Кровь вздымается до неба и пробивает его.

Кровь есть ярость.

Кровь есть все.

Кровь всего живого…

Враг имеет наглость сражаться, сопротивляться правосудию. Мои братья ревут от возмущения.

Вокс-канал взрывается их гневными криками. Проклятия на высоком готике, обещания отомстить. Утверждения, что смерть Хоруса уже близка.

Звучит и бессловесный вой.

Далекое эхо стонет, что все мы безумны и реальна только схватка. Чей это вопль?

Ничей.

Пока я снижаюсь из высшей точки прыжка, ко мне приближаются четверо отступников. Их сущность переменчива (Ученики-Сыны-Дети-Альфа-Повелители-Железные) и незыблема (предатели). Пока противники летят вверх, я опустошаю в одного из них магазин болт-пистолета. Снаряды пробивают неприятелю горжет, разносят глотку в клочья. Он проносится мимо меня – реактивный ранец в последний раз тащит тело по дуге.

Вешаю оружие на магнитный зацеп. Тут же меня настигает другой изменник, и мы, сцепившись, врезаемся в землю, подобно авиабомбе. Давим своим весом смертных {еретиков), их кровь плещет нам на сабатоны. Обмениваемся ударами – сакральная булава против цепного меча. Я получаю ранение, неизвестно куда. Все руны на моем визоре словно смазаны. Осознаю только сам факт повреждения – оскорбление, подпитывающее мою ярость.

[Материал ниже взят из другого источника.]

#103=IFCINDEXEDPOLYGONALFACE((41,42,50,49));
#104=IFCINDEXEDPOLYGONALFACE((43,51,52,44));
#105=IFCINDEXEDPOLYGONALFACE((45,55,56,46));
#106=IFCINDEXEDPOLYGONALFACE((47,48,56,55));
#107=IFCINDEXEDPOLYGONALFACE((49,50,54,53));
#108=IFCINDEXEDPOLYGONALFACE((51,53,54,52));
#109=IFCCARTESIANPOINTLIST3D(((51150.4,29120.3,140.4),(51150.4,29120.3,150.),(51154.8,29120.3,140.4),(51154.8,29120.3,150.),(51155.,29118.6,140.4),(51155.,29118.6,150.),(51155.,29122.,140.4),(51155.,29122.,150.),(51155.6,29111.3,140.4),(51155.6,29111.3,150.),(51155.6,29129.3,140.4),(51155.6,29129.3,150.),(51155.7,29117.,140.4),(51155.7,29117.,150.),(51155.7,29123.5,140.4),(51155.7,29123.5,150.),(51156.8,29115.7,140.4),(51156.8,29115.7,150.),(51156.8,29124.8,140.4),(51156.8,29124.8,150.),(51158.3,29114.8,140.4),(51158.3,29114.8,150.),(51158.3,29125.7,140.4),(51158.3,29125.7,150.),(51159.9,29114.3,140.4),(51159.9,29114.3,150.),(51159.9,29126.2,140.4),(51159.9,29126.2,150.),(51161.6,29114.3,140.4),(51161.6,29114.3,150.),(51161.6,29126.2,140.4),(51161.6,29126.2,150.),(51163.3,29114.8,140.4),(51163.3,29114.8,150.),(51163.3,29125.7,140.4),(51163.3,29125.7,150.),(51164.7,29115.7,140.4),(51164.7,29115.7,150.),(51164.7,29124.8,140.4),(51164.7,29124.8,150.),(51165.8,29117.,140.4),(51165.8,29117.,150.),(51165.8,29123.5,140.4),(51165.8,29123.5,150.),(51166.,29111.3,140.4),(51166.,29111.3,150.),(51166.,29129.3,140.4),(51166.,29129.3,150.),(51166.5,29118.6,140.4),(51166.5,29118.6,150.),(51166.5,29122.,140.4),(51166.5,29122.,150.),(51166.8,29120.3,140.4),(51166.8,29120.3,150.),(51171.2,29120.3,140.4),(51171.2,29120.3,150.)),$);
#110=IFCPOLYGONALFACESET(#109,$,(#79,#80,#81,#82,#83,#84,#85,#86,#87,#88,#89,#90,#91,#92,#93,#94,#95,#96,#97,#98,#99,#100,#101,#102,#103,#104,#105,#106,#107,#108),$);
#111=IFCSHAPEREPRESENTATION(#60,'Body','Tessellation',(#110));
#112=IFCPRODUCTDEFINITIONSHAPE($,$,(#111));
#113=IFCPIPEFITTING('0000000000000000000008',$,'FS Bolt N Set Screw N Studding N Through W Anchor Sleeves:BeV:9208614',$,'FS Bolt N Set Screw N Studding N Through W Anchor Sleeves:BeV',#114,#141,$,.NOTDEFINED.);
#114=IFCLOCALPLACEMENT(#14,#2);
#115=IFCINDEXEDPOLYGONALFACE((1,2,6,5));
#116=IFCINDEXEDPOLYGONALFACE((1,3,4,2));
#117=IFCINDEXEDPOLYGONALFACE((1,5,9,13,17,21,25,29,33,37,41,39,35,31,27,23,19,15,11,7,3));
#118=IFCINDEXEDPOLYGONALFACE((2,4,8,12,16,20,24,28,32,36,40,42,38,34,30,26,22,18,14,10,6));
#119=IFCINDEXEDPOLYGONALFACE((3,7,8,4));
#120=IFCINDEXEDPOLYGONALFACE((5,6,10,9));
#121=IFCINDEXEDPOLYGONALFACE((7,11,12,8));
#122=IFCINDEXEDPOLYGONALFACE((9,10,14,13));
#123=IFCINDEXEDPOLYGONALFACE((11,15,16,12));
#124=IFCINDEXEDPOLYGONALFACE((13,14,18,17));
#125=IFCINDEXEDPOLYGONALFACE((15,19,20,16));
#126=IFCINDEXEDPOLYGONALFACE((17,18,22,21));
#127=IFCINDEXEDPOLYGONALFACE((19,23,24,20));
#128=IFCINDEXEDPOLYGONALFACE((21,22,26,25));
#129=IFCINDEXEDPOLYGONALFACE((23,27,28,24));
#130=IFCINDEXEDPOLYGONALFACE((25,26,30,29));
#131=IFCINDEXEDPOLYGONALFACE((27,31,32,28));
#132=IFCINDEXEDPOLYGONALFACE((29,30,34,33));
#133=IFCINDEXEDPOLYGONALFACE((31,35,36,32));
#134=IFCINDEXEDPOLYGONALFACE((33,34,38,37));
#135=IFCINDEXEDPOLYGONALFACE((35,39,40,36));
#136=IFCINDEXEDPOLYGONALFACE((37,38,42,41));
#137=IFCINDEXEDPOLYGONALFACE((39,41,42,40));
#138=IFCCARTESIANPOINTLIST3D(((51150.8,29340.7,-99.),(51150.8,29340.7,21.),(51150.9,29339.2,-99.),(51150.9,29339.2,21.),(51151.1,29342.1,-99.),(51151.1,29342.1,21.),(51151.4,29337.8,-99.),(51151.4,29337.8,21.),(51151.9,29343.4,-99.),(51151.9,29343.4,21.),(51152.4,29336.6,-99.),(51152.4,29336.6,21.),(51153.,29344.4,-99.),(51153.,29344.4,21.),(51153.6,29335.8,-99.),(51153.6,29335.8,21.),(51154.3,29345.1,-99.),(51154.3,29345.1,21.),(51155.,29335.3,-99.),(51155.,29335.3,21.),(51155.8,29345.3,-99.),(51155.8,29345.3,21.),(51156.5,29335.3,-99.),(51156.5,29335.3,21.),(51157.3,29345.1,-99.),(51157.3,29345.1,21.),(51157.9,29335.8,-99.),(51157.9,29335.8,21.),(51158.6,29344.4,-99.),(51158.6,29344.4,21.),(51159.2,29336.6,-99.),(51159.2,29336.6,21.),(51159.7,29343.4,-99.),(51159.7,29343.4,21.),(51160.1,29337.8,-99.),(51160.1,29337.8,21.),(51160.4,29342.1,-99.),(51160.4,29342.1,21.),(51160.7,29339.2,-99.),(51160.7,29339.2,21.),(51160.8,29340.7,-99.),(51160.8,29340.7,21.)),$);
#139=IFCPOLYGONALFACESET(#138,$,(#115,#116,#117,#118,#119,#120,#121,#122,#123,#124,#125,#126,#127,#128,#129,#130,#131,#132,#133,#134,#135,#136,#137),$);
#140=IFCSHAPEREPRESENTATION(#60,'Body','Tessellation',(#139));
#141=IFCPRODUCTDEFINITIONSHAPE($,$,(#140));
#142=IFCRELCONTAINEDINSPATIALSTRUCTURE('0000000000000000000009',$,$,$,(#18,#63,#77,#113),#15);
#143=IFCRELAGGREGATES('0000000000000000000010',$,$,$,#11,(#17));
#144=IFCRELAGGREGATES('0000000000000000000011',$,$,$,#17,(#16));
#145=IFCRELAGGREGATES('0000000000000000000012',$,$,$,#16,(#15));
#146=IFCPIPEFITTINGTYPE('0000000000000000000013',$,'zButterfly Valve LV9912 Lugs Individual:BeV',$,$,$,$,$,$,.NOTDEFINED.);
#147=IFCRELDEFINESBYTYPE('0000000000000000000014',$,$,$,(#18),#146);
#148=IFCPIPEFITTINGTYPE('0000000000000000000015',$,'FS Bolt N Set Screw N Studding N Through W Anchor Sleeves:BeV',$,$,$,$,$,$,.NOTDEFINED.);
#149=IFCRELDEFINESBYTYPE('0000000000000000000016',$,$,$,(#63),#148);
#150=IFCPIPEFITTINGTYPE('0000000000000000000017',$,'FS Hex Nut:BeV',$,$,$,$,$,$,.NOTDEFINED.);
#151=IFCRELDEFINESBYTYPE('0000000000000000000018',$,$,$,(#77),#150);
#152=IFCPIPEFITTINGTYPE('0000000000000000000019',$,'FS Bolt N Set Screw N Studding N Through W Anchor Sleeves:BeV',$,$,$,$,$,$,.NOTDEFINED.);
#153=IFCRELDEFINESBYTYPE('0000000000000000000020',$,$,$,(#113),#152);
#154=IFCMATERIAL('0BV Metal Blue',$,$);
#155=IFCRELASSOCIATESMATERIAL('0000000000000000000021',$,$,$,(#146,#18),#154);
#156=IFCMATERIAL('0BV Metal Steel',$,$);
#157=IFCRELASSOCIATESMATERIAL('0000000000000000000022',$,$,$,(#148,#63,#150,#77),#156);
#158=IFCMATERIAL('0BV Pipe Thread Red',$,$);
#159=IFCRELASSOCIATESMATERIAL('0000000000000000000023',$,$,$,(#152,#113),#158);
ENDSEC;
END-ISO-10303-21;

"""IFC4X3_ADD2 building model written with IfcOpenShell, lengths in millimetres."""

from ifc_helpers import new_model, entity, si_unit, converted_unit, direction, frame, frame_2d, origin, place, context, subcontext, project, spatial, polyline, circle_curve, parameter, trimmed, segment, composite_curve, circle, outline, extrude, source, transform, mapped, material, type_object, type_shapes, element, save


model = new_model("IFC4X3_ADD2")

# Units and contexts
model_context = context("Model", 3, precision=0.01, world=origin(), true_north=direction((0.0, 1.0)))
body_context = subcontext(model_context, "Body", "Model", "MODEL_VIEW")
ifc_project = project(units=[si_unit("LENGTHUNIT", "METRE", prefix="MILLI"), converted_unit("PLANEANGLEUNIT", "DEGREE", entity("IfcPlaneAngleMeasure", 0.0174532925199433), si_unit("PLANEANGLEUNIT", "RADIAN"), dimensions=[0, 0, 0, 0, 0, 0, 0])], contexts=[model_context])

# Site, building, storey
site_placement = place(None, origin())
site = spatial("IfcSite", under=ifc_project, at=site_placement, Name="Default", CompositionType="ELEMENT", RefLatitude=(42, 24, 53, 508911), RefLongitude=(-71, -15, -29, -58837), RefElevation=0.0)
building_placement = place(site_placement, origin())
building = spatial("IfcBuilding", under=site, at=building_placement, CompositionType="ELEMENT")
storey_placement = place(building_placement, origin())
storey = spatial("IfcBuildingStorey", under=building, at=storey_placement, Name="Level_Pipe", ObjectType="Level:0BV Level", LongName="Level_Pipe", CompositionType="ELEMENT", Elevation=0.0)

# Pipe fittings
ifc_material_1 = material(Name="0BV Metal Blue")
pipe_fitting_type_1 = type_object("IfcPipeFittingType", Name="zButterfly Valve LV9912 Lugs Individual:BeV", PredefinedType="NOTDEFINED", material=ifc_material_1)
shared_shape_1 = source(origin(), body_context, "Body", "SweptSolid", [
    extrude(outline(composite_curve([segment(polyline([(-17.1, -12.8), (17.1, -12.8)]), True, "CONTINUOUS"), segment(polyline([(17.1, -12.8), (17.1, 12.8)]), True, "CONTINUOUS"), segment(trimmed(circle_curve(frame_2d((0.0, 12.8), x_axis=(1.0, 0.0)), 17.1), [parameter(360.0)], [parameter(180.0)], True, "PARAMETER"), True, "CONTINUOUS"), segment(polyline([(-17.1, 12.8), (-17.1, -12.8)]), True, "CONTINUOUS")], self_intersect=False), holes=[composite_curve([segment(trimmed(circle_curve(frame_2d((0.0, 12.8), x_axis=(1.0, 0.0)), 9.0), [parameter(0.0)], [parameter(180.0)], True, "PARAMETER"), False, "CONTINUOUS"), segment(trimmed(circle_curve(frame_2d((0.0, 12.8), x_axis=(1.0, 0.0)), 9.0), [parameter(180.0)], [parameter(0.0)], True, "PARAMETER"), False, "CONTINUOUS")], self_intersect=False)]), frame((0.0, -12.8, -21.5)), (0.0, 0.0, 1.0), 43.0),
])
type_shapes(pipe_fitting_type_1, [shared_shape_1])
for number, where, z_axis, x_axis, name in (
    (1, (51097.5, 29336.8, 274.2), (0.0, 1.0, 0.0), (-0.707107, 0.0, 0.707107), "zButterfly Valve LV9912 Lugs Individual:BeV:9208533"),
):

Разбиваю клинок врага Кровавым Крозиусом. Предатель пошатывается, расставляет руки для равновесия. Отрубаю правую в локте, но двое его братьев уже наседают на меня. По левому боку скрежещет штык комби-болтера. В правую сторону туловища врезаются разрывные снаряды.

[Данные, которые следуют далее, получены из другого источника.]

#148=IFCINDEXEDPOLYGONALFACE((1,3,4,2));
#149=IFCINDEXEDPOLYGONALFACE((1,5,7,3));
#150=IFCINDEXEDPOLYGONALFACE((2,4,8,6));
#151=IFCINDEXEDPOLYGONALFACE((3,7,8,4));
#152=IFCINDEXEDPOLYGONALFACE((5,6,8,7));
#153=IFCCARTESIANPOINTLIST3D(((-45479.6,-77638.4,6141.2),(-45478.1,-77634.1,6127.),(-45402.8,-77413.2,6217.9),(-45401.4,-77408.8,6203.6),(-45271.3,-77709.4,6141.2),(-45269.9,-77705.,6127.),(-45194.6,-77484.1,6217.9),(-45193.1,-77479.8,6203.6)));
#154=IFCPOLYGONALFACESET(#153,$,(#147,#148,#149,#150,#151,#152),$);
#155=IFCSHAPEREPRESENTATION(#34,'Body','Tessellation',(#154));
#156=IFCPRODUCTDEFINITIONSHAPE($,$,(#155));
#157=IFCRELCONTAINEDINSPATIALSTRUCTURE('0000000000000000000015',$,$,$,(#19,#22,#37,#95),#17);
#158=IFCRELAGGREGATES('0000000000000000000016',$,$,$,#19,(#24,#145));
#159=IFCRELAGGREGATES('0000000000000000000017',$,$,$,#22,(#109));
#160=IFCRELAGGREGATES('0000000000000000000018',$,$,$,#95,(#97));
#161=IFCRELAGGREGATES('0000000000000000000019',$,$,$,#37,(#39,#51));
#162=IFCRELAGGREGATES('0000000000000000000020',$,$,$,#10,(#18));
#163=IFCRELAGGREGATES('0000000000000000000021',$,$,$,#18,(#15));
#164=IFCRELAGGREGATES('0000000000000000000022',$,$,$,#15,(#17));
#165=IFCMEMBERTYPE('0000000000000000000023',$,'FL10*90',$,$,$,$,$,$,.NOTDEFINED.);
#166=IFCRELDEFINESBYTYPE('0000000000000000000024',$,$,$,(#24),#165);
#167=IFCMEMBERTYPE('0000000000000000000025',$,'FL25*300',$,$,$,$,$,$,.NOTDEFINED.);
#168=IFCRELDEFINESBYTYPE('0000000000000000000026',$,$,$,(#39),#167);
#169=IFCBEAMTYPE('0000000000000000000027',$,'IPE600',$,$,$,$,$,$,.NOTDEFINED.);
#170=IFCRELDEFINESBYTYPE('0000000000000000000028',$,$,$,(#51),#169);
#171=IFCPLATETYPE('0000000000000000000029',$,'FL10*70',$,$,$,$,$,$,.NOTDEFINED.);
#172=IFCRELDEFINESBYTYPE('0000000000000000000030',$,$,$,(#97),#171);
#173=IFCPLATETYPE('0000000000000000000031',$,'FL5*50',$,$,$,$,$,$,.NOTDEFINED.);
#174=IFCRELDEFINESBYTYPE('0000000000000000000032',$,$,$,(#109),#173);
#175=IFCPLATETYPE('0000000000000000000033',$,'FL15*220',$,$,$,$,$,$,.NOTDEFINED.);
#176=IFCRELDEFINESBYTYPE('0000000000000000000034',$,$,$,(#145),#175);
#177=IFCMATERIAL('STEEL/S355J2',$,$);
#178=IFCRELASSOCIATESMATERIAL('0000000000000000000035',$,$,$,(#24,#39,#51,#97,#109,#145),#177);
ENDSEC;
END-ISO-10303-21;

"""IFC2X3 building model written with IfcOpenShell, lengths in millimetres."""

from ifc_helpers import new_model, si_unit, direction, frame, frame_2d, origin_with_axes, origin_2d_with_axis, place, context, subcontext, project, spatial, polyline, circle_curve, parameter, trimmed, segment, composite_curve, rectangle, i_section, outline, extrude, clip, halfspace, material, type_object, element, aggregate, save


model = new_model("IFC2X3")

Зарычав, отмахиваюсь булавой от стрелка. Крозиус раскалывает ему линзы шлема. К схватке присоединяются двое моих братьев.

И еще несколько отступников.

Вокруг меня – скопление неистовства. Сжатый кулак войны.

Ослепленный гневом, я не чувствую тела. Я превратился в само насилие, и оно вещает моими устами. Я проповедую братьям, хотя забыл все слова. Бью, бью и снова бью булавой. Отдельные враги пропадают, сливаются в единую абстрактную сущность. Я растерзаю ее плоть. Мой шлем – белый череп на фоне ночной тьмы, символ смерти; я и есть смерть. Крозиус врезается в нечто ломкое. Кость. Дроблю ее на части. Нечто мягкое. Внутренние органы. Рву их на куски.

Меня покрывает кровь, которую нельзя пить. Чувствую ее вкус.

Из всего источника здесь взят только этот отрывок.